Try it:
Calculate how many lines of the data hold "IFCSHAPEREPRESENTATION". The answer consists of that number only.

Records shown:
• • •

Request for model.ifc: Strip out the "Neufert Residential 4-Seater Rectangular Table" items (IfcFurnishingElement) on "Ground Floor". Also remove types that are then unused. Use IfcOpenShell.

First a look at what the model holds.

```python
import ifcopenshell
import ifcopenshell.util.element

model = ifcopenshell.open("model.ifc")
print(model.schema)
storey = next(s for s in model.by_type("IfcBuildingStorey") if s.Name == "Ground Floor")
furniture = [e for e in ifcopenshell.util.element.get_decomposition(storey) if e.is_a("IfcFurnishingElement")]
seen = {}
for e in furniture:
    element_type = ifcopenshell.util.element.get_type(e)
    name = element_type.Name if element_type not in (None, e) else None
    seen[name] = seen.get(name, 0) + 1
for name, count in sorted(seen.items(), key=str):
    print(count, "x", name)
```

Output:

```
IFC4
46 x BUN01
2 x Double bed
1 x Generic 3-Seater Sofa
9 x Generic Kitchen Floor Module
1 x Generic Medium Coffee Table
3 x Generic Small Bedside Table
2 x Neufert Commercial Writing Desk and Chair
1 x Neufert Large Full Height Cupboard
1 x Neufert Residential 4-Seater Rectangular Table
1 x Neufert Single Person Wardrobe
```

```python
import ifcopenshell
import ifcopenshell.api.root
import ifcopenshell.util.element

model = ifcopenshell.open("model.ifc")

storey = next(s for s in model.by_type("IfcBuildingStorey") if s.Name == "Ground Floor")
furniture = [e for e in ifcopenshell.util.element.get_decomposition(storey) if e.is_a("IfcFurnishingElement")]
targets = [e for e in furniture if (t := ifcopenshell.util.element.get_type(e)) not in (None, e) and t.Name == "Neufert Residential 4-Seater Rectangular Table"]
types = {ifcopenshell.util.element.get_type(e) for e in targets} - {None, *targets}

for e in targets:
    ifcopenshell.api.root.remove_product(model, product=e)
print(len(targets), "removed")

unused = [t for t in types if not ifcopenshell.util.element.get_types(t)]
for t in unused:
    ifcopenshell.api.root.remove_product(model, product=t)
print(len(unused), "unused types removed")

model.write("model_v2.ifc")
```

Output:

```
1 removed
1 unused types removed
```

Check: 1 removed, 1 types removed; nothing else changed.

• • •

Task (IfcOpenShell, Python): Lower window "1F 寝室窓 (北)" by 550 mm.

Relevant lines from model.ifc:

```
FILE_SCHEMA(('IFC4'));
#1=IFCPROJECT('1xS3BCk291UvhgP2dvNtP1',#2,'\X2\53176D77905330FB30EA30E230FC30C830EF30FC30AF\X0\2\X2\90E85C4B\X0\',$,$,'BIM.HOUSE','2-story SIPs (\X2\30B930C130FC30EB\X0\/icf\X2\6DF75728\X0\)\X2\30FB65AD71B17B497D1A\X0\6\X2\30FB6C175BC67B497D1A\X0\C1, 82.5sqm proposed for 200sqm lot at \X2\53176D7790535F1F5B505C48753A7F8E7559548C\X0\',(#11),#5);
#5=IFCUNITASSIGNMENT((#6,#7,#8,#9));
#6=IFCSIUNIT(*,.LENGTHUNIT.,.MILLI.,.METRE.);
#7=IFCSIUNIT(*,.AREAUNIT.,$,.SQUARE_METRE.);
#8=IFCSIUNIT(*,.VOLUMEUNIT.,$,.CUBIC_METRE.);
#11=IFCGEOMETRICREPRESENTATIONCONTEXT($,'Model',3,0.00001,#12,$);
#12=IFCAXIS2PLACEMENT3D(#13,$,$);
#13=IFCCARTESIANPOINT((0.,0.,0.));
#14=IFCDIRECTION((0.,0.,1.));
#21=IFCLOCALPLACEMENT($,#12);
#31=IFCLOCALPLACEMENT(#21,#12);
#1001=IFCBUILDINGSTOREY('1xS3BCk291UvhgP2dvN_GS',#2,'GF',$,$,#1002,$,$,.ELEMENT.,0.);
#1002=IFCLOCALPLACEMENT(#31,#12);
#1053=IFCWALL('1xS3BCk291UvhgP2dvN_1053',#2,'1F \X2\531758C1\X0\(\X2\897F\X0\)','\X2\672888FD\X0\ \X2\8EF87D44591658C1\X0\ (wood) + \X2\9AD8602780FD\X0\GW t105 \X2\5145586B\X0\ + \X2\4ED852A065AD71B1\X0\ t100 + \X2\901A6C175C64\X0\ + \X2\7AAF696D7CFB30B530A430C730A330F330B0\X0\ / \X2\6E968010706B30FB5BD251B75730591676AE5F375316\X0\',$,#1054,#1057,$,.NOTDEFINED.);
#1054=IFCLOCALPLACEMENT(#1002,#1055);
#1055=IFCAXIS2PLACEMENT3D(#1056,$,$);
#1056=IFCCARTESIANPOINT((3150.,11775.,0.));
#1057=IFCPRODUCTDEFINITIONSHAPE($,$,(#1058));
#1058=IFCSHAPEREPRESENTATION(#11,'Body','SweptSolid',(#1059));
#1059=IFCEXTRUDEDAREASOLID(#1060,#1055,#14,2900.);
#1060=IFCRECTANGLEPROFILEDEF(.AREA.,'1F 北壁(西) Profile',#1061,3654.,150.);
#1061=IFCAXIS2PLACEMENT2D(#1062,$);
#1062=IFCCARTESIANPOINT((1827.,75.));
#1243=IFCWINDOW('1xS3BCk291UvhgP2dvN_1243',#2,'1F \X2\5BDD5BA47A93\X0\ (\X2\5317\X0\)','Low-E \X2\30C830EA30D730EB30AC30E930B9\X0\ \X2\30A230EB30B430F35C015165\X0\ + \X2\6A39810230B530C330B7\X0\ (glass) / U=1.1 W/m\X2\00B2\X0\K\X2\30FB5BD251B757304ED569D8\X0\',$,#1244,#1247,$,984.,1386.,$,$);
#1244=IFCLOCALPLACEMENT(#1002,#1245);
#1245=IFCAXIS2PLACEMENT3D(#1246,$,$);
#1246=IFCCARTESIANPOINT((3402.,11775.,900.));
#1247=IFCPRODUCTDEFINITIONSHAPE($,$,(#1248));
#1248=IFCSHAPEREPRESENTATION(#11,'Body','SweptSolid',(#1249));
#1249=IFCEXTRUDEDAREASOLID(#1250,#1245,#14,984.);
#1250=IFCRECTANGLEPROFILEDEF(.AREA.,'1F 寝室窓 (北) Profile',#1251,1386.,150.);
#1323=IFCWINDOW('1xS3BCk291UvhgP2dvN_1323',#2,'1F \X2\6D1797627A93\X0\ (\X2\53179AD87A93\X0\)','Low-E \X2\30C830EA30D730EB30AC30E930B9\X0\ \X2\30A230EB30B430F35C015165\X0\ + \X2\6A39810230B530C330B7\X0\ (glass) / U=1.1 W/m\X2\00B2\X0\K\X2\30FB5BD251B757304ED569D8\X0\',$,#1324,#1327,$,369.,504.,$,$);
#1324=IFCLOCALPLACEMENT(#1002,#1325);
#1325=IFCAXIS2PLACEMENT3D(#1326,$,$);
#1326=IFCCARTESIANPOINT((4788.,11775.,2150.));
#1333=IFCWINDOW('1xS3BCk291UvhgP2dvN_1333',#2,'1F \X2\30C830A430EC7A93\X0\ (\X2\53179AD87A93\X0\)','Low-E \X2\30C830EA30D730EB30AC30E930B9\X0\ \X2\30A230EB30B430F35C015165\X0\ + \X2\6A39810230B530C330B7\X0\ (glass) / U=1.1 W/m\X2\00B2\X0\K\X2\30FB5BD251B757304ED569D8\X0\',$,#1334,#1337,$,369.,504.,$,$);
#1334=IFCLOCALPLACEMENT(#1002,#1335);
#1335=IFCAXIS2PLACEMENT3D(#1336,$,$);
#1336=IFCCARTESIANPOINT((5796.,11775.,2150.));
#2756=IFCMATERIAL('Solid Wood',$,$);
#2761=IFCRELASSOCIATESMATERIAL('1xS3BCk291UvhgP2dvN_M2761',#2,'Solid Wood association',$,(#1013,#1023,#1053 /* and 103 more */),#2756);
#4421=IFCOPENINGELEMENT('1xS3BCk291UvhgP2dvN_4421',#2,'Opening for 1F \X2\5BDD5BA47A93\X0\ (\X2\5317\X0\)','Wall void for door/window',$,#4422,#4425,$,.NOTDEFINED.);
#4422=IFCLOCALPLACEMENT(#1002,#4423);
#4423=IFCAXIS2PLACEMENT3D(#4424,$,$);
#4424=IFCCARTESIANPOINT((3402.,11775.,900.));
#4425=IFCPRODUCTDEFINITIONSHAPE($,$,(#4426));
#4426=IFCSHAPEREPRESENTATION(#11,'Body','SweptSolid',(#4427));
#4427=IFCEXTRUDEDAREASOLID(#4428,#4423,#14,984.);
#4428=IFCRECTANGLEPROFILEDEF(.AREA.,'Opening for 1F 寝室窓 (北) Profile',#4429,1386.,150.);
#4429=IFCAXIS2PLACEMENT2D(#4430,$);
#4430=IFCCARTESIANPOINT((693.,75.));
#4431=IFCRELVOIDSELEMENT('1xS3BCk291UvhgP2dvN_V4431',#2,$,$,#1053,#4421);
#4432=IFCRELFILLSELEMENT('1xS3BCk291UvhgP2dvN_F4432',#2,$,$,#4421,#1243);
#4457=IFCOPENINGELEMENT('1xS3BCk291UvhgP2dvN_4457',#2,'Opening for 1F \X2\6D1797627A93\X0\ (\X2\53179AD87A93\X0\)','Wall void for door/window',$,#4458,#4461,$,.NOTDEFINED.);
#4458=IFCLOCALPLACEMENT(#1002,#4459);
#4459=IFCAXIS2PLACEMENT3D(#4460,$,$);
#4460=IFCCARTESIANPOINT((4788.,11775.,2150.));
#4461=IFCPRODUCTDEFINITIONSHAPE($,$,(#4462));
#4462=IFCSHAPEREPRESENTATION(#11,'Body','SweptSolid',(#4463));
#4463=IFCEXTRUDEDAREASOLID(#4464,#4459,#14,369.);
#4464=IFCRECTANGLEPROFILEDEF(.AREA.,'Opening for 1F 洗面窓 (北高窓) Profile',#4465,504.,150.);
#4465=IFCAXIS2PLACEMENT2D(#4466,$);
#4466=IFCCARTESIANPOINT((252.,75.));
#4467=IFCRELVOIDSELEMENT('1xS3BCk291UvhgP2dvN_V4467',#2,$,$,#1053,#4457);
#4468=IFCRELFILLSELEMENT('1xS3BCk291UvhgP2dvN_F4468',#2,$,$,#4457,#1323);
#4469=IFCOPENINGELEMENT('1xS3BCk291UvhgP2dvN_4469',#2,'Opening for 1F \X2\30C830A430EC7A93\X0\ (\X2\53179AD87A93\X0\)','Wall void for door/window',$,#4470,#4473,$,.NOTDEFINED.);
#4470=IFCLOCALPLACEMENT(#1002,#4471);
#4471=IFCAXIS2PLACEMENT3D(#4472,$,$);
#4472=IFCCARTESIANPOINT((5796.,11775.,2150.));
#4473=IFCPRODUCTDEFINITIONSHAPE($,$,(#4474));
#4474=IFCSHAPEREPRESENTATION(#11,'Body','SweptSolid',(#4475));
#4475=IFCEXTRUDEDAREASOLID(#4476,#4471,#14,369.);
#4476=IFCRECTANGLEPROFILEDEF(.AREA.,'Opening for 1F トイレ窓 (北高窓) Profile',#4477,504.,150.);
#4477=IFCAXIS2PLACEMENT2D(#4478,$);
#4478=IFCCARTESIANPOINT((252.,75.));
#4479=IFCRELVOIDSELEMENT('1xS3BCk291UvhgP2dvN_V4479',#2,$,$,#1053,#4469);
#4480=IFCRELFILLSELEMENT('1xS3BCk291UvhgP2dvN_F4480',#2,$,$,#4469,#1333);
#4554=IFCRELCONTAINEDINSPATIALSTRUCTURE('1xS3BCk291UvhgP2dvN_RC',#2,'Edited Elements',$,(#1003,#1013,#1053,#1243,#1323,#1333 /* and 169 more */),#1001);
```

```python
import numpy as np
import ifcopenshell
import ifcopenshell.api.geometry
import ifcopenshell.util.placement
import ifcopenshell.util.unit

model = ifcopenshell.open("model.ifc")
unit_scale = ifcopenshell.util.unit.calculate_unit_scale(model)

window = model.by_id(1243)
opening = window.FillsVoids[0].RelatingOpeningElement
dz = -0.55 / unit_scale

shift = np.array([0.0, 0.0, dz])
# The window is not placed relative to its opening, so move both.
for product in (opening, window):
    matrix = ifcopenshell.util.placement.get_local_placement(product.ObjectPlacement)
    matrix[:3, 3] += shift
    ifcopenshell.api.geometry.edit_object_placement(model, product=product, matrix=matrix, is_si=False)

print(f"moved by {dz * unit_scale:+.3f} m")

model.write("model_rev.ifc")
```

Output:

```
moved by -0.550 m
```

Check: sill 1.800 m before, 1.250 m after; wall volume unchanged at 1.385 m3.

• • •

Solution to this task:
5